__PROBLEM__:
Everything in the listing below from the line containing "shapes = [shape(context, identifier, shape_type, body)]" through the line containing "#196=IFCLOCALPLACEMENT(#10,#14);" must be repeated exactly; the remaining lines are not wanted.

__DATA__:
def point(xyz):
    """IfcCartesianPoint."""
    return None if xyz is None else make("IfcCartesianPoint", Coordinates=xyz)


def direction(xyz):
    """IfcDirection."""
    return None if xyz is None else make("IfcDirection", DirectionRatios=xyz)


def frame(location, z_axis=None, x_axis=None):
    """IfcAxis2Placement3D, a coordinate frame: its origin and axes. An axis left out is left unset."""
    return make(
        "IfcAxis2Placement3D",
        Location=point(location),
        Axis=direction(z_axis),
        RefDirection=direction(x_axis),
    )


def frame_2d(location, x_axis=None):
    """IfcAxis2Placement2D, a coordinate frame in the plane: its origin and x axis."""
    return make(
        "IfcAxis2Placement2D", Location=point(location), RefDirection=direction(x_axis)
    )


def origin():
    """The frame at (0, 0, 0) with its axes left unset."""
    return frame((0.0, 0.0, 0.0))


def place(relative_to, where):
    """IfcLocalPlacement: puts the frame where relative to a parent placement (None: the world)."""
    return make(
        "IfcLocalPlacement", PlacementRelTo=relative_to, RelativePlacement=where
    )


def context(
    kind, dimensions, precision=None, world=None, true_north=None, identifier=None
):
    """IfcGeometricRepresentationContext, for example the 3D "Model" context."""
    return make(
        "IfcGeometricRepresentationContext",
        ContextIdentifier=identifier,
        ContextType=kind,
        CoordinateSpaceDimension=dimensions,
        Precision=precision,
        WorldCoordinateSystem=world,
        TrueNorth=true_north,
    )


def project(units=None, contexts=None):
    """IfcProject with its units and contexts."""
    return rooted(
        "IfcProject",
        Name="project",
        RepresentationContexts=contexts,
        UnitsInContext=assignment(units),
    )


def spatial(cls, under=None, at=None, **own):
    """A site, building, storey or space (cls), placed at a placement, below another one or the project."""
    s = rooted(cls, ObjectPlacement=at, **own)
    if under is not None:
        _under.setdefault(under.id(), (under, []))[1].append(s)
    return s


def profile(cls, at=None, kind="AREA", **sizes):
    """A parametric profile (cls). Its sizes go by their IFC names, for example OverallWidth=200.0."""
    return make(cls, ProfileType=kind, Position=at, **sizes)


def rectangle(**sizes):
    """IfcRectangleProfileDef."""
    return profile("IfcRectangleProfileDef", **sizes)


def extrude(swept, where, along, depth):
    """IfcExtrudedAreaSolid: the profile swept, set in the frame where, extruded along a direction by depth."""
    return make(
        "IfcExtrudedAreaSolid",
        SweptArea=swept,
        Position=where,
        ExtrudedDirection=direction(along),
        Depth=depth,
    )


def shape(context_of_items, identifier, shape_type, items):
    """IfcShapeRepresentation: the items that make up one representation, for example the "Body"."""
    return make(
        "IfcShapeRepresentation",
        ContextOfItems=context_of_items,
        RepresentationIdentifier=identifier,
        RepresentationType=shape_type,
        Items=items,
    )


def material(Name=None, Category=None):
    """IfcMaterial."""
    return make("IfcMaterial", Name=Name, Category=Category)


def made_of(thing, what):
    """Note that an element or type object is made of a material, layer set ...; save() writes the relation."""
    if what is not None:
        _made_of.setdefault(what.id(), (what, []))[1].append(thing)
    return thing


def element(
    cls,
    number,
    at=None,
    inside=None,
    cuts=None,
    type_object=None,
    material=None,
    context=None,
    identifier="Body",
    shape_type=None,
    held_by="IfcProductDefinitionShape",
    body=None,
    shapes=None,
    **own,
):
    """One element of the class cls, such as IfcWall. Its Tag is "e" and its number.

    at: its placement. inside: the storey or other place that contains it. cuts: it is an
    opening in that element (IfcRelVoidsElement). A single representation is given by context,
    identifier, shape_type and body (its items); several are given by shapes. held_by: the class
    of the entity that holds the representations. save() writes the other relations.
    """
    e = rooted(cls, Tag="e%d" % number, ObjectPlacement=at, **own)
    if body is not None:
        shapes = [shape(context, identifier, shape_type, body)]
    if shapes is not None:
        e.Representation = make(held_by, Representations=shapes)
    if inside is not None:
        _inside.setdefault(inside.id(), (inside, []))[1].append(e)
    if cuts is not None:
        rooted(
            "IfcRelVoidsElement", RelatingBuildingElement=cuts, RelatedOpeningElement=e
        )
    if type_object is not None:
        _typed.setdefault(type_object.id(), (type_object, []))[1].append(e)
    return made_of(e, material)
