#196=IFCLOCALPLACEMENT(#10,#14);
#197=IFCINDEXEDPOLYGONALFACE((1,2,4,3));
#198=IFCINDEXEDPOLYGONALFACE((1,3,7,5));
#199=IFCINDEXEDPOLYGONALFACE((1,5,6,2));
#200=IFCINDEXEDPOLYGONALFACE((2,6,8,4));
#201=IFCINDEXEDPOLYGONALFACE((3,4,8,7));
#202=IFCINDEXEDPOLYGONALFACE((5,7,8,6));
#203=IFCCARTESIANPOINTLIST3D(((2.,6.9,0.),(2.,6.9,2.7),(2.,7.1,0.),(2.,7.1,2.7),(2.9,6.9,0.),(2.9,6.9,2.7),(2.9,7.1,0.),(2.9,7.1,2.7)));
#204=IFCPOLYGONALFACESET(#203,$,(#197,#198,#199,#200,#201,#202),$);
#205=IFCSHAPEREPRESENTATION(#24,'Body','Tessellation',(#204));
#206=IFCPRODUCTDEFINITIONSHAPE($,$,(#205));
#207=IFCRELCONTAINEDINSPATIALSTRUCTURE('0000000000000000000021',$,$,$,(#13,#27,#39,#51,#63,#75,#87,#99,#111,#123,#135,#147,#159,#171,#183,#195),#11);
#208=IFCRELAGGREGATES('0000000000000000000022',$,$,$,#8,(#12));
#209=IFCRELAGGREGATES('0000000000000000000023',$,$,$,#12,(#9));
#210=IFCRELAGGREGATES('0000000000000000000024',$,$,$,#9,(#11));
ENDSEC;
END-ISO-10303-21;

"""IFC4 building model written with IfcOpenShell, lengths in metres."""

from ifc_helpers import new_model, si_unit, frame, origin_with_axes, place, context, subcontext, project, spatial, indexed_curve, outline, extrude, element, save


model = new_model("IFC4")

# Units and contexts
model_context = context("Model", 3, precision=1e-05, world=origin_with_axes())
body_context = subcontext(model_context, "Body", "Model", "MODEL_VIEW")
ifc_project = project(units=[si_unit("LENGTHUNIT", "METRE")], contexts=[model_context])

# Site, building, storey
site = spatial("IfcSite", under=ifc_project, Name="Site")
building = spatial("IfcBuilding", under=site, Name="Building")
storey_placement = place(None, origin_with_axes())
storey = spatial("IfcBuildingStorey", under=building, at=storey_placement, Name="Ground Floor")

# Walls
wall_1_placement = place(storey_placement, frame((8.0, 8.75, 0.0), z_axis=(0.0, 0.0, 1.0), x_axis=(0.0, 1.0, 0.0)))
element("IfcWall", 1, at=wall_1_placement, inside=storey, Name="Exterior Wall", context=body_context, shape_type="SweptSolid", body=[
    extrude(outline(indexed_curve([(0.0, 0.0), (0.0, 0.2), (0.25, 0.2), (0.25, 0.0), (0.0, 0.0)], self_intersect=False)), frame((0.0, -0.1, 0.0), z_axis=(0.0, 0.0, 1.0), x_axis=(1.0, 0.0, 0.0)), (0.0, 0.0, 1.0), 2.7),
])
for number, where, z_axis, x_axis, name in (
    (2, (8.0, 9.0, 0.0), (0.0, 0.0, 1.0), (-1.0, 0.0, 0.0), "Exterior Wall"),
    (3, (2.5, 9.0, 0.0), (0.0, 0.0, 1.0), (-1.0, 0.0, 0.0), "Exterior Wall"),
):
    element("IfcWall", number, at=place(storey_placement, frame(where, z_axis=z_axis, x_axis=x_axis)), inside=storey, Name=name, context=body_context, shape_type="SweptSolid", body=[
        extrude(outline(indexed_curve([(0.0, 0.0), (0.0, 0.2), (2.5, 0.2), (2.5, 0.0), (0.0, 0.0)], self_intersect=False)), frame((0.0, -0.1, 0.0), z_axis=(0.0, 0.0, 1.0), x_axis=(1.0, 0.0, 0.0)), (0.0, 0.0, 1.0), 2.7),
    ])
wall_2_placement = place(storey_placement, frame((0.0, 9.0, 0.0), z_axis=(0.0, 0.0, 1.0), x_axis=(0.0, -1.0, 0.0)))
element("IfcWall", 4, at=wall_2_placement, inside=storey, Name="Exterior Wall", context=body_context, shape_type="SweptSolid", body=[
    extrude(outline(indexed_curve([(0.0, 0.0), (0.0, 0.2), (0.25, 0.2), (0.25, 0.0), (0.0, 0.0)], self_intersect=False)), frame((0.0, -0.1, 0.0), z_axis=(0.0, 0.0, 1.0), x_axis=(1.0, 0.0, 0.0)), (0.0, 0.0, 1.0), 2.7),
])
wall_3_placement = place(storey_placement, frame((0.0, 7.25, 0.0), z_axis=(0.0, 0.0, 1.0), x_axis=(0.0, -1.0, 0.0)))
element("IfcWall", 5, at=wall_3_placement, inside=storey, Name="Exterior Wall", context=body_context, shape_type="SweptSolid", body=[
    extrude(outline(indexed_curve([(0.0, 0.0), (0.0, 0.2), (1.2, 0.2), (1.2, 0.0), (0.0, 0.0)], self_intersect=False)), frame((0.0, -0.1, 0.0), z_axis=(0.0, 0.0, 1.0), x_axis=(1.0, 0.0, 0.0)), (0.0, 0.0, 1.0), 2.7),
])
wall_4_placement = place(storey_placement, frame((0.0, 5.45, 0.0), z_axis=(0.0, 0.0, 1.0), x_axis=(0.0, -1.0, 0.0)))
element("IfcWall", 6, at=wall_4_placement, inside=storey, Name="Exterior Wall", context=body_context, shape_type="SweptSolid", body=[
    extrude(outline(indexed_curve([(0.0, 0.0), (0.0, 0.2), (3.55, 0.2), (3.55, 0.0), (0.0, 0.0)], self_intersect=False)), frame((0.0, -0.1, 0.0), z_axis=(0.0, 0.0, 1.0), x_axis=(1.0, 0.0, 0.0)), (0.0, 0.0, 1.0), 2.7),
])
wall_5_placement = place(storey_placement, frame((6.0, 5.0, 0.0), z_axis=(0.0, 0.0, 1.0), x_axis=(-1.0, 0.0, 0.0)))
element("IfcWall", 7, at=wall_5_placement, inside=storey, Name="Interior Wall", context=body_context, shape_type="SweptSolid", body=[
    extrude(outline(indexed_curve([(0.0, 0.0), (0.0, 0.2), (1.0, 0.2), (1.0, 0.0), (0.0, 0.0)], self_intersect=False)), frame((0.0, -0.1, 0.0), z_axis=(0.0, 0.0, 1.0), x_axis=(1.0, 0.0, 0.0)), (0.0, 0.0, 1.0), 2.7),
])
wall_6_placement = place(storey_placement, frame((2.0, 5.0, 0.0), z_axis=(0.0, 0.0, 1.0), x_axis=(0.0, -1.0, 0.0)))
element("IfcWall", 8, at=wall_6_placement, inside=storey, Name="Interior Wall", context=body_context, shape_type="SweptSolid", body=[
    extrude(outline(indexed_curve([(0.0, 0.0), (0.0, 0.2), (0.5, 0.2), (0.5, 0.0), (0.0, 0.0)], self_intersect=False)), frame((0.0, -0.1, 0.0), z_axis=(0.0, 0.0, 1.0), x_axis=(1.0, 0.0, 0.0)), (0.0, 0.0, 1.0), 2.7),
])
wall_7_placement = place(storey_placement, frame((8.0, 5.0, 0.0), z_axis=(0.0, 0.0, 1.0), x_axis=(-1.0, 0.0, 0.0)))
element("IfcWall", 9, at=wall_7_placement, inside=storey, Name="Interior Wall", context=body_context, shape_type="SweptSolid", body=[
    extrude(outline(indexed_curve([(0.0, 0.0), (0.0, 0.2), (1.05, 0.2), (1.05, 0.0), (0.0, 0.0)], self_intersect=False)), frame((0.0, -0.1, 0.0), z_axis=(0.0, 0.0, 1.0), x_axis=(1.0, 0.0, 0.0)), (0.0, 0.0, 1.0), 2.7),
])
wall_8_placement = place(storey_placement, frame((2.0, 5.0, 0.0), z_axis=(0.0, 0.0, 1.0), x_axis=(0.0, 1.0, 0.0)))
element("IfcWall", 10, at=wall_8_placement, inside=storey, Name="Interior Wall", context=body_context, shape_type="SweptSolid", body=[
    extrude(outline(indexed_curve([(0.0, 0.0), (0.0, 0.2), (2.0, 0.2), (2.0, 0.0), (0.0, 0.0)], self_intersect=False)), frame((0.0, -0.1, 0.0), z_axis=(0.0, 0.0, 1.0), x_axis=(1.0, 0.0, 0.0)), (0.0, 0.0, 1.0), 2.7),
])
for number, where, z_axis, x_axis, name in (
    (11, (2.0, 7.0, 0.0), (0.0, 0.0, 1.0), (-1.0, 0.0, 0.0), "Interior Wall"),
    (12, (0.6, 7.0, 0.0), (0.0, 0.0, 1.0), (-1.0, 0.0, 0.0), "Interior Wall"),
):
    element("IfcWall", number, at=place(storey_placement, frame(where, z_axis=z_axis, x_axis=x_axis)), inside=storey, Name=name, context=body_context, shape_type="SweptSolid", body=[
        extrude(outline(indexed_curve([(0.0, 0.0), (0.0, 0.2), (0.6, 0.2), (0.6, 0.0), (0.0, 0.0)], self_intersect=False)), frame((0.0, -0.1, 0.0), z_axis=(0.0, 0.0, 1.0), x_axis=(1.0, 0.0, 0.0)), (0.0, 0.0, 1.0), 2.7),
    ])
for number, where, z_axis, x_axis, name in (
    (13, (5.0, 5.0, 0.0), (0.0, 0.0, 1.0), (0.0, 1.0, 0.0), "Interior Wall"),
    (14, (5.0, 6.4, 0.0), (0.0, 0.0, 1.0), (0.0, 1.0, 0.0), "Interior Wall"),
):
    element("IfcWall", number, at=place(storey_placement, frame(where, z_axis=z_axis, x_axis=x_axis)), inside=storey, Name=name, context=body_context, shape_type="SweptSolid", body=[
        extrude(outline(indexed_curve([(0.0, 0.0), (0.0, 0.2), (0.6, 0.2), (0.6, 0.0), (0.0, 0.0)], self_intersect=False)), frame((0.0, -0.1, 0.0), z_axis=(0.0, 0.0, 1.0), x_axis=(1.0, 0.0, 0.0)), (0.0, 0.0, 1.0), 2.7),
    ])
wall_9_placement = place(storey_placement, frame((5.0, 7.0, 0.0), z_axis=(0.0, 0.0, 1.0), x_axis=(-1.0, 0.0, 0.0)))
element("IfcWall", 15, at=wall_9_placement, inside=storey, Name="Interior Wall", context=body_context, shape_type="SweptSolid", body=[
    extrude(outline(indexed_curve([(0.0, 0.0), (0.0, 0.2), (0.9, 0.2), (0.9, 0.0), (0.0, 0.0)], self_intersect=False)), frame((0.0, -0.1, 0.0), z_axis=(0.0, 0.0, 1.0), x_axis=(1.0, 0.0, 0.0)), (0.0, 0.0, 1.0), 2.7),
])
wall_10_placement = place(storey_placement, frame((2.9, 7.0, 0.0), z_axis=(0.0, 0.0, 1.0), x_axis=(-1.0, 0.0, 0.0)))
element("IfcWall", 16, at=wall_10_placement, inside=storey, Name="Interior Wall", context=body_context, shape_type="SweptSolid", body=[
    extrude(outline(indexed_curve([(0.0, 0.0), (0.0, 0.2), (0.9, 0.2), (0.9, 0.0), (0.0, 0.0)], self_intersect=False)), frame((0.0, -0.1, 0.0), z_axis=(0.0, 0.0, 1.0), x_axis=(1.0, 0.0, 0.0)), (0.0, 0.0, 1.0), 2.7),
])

__YOUR SOLUTION__:
        shapes = [shape(context, identifier, shape_type, body)]
    if shapes is not None:
        e.Representation = make(held_by, Representations=shapes)
    if inside is not None:
        _inside.setdefault(inside.id(), (inside, []))[1].append(e)
    if cuts is not None:
        rooted(
            "IfcRelVoidsElement", RelatingBuildingElement=cuts, RelatedOpeningElement=e
        )
    if type_object is not None:
        _typed.setdefault(type_object.id(), (type_object, []))[1].append(e)
    return made_of(e, material)
#196=IFCLOCALPLACEMENT(#10,#14);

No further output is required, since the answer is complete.